Let's start from the Python version to better clarify the idea behind the algorithm

In [60]:
def mergeSort(arr):
    if len(arr)<=1:
        return arr
    mid = len(arr) // 2
    left = mergeSort(arr[:mid])
    right = mergeSort(arr[mid:])
    
    return merge(left, right)

In [61]:
def merge(arr1, arr2):
    i, j = 0, 0
    result = []
    while (i < len(arr1) and j < len(arr2)):
        if arr2[j] > arr1[i]:
            result.append(arr1[i])
            i += 1
        else:
            result.append(arr2[j])
            j += 1
    while (i < len(arr1)):
        result.append(arr1[i])
        i += 1
    while (j < len(arr2)):
        result.append(arr2[j])
        j += 1
    return result

In [67]:
arr = [12, 11, 13, 5, 6, 7]
print('Given array is:  ', arr)
arr = mergeSort(arr)
print('Sorted array is: ', arr)

Given array is:   [12, 11, 13, 5, 6, 7]
Sorted array is:  [5, 6, 7, 11, 12, 13]


## Move to a more advanced implementation

The idea is to split the work among all the possible threads, creating a tree of instruction.

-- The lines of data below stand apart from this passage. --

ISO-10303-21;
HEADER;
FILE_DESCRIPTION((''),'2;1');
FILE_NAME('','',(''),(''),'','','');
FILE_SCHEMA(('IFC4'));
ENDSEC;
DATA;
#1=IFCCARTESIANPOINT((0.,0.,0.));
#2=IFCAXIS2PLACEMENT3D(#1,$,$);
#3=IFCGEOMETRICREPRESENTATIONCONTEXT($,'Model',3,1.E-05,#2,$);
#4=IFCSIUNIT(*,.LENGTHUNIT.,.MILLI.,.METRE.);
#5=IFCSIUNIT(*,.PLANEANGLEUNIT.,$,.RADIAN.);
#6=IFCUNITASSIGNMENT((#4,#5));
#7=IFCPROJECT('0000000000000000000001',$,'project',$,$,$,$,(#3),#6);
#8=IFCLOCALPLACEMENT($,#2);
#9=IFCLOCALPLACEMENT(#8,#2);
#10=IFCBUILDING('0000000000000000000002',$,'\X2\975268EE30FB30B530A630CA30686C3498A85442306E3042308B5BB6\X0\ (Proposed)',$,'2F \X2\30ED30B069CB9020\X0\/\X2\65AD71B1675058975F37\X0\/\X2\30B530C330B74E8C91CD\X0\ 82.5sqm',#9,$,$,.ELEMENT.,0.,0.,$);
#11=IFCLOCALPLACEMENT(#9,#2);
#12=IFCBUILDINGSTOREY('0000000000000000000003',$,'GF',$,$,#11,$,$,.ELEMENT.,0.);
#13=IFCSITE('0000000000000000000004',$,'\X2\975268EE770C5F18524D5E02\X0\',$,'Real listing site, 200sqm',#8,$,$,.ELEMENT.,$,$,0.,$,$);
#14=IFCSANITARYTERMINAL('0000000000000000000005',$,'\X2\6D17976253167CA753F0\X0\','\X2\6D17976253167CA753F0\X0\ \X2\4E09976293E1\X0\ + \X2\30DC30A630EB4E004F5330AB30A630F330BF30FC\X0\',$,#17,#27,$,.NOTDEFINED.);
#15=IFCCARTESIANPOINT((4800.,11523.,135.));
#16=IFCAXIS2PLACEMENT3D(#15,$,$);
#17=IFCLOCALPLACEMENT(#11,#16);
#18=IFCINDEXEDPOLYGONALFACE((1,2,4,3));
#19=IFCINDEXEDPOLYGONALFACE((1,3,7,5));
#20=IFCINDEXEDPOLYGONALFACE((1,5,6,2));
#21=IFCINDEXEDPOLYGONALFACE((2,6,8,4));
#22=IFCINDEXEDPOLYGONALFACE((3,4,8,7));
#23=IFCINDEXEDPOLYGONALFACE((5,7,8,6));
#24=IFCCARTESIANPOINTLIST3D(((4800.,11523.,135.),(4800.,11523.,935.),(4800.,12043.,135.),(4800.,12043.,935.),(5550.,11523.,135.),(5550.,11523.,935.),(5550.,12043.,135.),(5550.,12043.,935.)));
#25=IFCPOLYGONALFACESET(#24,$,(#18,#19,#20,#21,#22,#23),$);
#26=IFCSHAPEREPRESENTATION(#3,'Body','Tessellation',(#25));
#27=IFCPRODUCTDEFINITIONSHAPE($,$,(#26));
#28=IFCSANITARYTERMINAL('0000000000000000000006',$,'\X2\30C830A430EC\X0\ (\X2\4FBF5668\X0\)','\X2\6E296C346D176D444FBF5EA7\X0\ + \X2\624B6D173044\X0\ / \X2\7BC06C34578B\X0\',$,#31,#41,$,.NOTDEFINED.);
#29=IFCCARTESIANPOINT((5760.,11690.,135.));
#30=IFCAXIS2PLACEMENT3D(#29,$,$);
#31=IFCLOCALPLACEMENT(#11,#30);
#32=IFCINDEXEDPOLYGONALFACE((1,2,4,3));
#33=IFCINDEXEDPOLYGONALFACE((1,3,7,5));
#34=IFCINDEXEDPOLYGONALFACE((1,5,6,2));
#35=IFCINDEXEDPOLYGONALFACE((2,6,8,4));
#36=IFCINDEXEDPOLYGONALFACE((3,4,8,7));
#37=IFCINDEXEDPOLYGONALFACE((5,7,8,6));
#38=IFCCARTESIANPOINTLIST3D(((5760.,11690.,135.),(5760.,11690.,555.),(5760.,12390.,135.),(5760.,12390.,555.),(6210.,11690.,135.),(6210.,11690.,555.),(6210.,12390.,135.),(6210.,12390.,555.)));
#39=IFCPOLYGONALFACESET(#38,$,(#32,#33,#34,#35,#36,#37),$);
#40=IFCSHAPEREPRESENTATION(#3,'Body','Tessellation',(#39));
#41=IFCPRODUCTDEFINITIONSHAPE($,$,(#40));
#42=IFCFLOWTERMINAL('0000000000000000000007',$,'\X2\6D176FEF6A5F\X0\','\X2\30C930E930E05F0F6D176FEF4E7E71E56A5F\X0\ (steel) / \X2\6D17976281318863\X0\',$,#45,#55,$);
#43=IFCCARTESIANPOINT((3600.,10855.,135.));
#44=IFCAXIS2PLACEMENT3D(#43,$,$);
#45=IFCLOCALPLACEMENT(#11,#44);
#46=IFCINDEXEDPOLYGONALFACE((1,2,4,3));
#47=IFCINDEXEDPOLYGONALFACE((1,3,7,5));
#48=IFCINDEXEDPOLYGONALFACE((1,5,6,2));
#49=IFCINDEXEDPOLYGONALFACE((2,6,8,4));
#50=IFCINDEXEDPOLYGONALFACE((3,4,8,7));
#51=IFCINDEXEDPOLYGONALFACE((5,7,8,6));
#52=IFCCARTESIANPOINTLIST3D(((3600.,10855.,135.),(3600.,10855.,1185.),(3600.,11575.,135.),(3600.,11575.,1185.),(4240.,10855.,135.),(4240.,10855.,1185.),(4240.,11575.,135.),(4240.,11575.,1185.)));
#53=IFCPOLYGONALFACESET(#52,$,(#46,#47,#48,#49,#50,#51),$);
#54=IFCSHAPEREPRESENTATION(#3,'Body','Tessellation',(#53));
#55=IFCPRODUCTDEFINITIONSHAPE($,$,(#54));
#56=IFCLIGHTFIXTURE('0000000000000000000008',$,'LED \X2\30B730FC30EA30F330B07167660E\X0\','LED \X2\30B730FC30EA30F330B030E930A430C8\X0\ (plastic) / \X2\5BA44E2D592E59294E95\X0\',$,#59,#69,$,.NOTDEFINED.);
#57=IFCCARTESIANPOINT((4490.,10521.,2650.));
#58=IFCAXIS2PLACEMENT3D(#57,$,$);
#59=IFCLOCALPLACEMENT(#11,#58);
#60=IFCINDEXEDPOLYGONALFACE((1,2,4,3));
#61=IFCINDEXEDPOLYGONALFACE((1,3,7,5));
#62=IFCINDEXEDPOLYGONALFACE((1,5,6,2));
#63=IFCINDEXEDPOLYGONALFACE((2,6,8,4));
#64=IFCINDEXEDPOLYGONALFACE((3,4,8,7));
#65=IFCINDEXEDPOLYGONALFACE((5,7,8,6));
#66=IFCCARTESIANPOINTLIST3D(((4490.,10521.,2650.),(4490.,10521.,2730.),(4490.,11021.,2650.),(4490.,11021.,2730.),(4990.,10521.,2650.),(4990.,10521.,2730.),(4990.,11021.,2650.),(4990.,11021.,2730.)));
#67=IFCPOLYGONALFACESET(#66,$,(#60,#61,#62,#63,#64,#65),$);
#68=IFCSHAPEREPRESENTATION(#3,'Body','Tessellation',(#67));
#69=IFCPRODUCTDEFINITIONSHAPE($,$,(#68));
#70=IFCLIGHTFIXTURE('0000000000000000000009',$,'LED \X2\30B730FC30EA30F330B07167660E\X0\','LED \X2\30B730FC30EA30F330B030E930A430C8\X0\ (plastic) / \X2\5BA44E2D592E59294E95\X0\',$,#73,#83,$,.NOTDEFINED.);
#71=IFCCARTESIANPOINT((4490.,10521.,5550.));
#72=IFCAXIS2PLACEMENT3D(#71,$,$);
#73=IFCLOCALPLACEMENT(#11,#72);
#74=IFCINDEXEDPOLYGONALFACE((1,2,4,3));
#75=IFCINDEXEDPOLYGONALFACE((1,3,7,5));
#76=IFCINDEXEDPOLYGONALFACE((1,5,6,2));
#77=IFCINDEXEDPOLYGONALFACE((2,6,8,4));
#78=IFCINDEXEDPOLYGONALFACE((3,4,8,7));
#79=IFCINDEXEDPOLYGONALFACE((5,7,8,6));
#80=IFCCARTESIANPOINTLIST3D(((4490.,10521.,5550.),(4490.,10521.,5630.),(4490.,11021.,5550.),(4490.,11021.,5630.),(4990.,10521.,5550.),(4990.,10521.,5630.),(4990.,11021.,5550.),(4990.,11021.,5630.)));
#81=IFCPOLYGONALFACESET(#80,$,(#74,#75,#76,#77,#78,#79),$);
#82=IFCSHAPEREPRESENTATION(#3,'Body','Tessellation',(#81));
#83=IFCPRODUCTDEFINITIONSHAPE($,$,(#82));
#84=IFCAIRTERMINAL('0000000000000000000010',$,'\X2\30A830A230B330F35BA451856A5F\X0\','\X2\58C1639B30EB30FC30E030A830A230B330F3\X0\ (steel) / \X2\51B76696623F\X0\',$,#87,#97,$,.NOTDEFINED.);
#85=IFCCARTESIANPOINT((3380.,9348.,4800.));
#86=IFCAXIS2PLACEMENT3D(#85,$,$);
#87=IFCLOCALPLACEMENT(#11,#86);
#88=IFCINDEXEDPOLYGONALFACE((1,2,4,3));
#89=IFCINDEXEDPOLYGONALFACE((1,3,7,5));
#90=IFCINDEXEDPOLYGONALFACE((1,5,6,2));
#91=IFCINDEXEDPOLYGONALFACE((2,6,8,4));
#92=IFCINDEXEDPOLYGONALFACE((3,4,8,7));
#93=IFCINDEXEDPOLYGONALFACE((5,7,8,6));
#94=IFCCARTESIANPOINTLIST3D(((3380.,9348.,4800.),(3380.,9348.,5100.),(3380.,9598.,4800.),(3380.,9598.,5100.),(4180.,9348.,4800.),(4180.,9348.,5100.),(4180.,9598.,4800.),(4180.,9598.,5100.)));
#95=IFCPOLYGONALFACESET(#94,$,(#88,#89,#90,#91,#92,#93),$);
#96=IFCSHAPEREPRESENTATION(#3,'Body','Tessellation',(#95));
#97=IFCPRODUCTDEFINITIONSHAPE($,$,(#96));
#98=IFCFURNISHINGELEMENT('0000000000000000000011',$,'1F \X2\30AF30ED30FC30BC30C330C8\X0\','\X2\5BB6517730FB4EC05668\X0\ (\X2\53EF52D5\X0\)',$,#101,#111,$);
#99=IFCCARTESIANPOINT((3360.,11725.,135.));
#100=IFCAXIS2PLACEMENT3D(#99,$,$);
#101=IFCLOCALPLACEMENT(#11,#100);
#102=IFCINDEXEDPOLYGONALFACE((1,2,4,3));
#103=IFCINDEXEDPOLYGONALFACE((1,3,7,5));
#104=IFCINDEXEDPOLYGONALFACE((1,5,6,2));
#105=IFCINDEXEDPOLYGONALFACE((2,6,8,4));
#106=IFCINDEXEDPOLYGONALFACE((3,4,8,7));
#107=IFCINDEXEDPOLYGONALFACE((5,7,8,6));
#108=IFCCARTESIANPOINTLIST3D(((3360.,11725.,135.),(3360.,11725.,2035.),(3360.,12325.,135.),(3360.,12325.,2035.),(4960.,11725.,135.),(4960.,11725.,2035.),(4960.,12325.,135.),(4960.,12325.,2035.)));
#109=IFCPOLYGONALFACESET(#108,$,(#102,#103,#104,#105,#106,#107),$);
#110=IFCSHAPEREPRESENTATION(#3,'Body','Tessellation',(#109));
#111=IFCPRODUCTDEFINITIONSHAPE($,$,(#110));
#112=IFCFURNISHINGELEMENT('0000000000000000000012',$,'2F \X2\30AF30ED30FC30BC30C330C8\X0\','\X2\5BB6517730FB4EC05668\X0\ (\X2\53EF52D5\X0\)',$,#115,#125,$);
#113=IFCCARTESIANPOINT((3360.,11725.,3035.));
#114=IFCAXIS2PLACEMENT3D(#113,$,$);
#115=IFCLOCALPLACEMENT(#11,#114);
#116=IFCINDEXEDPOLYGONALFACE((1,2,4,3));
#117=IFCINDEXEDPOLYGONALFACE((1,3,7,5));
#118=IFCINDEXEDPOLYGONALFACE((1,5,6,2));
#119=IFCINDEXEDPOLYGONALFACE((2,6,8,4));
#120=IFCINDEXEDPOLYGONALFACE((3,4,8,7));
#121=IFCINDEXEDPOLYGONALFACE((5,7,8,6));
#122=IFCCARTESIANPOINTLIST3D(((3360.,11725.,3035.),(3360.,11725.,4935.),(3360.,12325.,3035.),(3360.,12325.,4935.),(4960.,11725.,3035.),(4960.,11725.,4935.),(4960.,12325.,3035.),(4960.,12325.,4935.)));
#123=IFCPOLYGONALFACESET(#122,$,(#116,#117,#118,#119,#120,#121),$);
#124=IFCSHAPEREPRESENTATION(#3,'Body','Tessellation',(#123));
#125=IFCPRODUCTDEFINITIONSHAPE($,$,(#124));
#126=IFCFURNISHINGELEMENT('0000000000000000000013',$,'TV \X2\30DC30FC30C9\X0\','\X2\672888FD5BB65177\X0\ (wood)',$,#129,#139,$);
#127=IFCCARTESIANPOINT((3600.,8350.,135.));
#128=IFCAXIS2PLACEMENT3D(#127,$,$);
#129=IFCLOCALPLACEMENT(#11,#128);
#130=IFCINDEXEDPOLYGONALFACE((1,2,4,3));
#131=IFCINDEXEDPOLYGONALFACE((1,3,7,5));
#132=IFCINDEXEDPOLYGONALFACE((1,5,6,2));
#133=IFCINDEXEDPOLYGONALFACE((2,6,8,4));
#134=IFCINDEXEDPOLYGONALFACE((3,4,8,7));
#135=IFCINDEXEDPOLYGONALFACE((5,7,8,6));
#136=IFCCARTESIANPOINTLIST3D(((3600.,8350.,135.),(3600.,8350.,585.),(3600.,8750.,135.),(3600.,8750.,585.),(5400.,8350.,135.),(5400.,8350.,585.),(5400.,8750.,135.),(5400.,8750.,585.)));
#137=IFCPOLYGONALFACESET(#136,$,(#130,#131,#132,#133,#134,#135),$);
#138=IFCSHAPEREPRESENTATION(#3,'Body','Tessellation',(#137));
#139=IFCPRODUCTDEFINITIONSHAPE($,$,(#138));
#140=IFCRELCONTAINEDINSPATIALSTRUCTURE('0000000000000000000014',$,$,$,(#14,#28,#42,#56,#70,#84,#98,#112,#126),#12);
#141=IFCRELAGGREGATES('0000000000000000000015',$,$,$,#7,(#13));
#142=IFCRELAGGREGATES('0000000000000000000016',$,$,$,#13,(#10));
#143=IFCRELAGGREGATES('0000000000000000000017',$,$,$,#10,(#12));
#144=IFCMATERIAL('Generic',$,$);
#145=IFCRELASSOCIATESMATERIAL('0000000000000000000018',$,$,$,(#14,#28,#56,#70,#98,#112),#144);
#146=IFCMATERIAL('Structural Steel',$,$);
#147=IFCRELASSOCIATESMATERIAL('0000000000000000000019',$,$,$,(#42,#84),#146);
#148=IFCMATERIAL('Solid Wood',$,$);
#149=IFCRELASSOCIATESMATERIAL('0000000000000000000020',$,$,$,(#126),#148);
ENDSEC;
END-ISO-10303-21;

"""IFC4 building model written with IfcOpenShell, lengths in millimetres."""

from ifc_helpers import new_model, si_unit, frame, frame_2d, origin, place, context, project, spatial, rectangle, extrude, material, element, save


model = new_model("IFC4")

# Units and contexts
model_context = context("Model", 3, precision=1e-05, world=origin())
ifc_project = project(units=[si_unit("LENGTHUNIT", "METRE", prefix="MILLI"), si_unit("PLANEANGLEUNIT", "RADIAN")], contexts=[model_context])

# Site, building, storey
site_placement = place(None, origin())
site = spatial("IfcSite", under=ifc_project, at=site_placement, Name="青森県弘前市", ObjectType="Real listing site, 200sqm", CompositionType="ELEMENT", RefElevation=0.0)
building_placement = place(site_placement, origin())
building = spatial("IfcBuilding", under=site, at=building_placement, Name="青森・サウナと水風呂のある家 (Proposed)", ObjectType="2F ログ構造/断熱材増強/サッシ二重 82.5sqm", CompositionType="ELEMENT", ElevationOfRefHeight=0.0, ElevationOfTerrain=0.0)
storey_placement = place(building_placement, origin())
storey = spatial("IfcBuildingStorey", under=building, at=storey_placement, Name="GF", CompositionType="ELEMENT", Elevation=0.0)

# Shared definitions
ifc_material_1 = material(Name="Solid Wood")

# Sanitary terminals
ifc_material_2 = material(Name="Generic")
sanitary_terminal_1_placement = place(storey_placement, frame((4800.0, 11523.0, 135.0)))
element("IfcSanitaryTerminal", 1, at=sanitary_terminal_1_placement, inside=storey, material=ifc_material_2, Name="洗面化粧台", Description="洗面化粧台 三面鏡 + ボウル一体カウンター", PredefinedType="NOTDEFINED", context=model_context, shape_type="SweptSolid", body=[
    extrude(rectangle(XDim=750.0, YDim=520.0, at=frame_2d((375.0, 260.0))), frame((4800.0, 11523.0, 135.0)), (0.0, 0.0, 1.0), 800.0),
])
sanitary_terminal_2_placement = place(storey_placement, frame((5760.0, 11690.0, 135.0)))
element("IfcSanitaryTerminal", 2, at=sanitary_terminal_2_placement, inside=storey, material=ifc_material_2, Name="トイレ (便器)", Description="温水洗浄便座 + 手洗い / 節水型", PredefinedType="NOTDEFINED", context=model_context, shape_type="SweptSolid", body=[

Each thread will perform the analysis of a small chunk of the array, producing the sorting of its slice in **serial** mode (!).

The result of the entire array will be merged together, going back along the tree.

```cpp
void mergesort_serial (float * a, int start, int end)
{
  if ((end - start) == 2) {
    if (a[start] < a[end - 1]) {
      return;
    } else {
      std :: swap(a[start], a[end - 1]);
      return;
    }
  }
  const int pivot = start + ((end-start) >> 1);

  if ((end - start) < 100) { // minimum sorting size
    std :: sort(a + start, a + end);
    return;
  }  else  {
    mergesort_serial(a, start, pivot, ord);
    mergesort_serial(a, pivot, end, ord);
  }
  std :: inplace_merge(a + start, a + pivot, a + end, ord);

  return;
}
```

```cpp
void mergesort_parallel_omp (float * a, int start, int end, int threads)
{
  const int pivot = start + ((end - start) >> 1);

  if (threads <= 1) {
    mergesort_serial(a, start, end);
    return;
  } else {
#pragma omp task shared (start, end, threads)
    {
      mergesort_parallel_omp(a, start, pivot, threads >> 1);
    }
#pragma omp task shared (start, end, threads)
    {
      mergesort_parallel_omp(a, pivot, end, threads - (threads >> 1));
    }
#pragma omp taskwait
  }

  std :: inplace_merge(a + start, a + pivot, a + end);

  return;
}
```

```cpp
void sort (float * a, int start, int end)
{
  const int ths = omp_get_num_threads();
  const int nth = (ths % 2) ? ths - 1 : ths;
  const int diff = end % nth;
  const int size = diff ? end - diff : end;

  #pragma omp single
  #pragma omp taskgroup
  {
    mergesort_parallel_omp(a, start, size, nth);
  } // end single section

  if (diff)
  {
    std :: sort(a + size, a + end);
    std :: inplace_merge(a + start, a + size, a + end);
  }

  return;
}
```

## Other possibility of parallelism

There is also another possibility to split your code-work among different processes, called **asynchronous programming**.

This is probably the most common approach in standard programming and one of the most powerful (and sometimes hardest) one.

We will see some examples about it in the next application.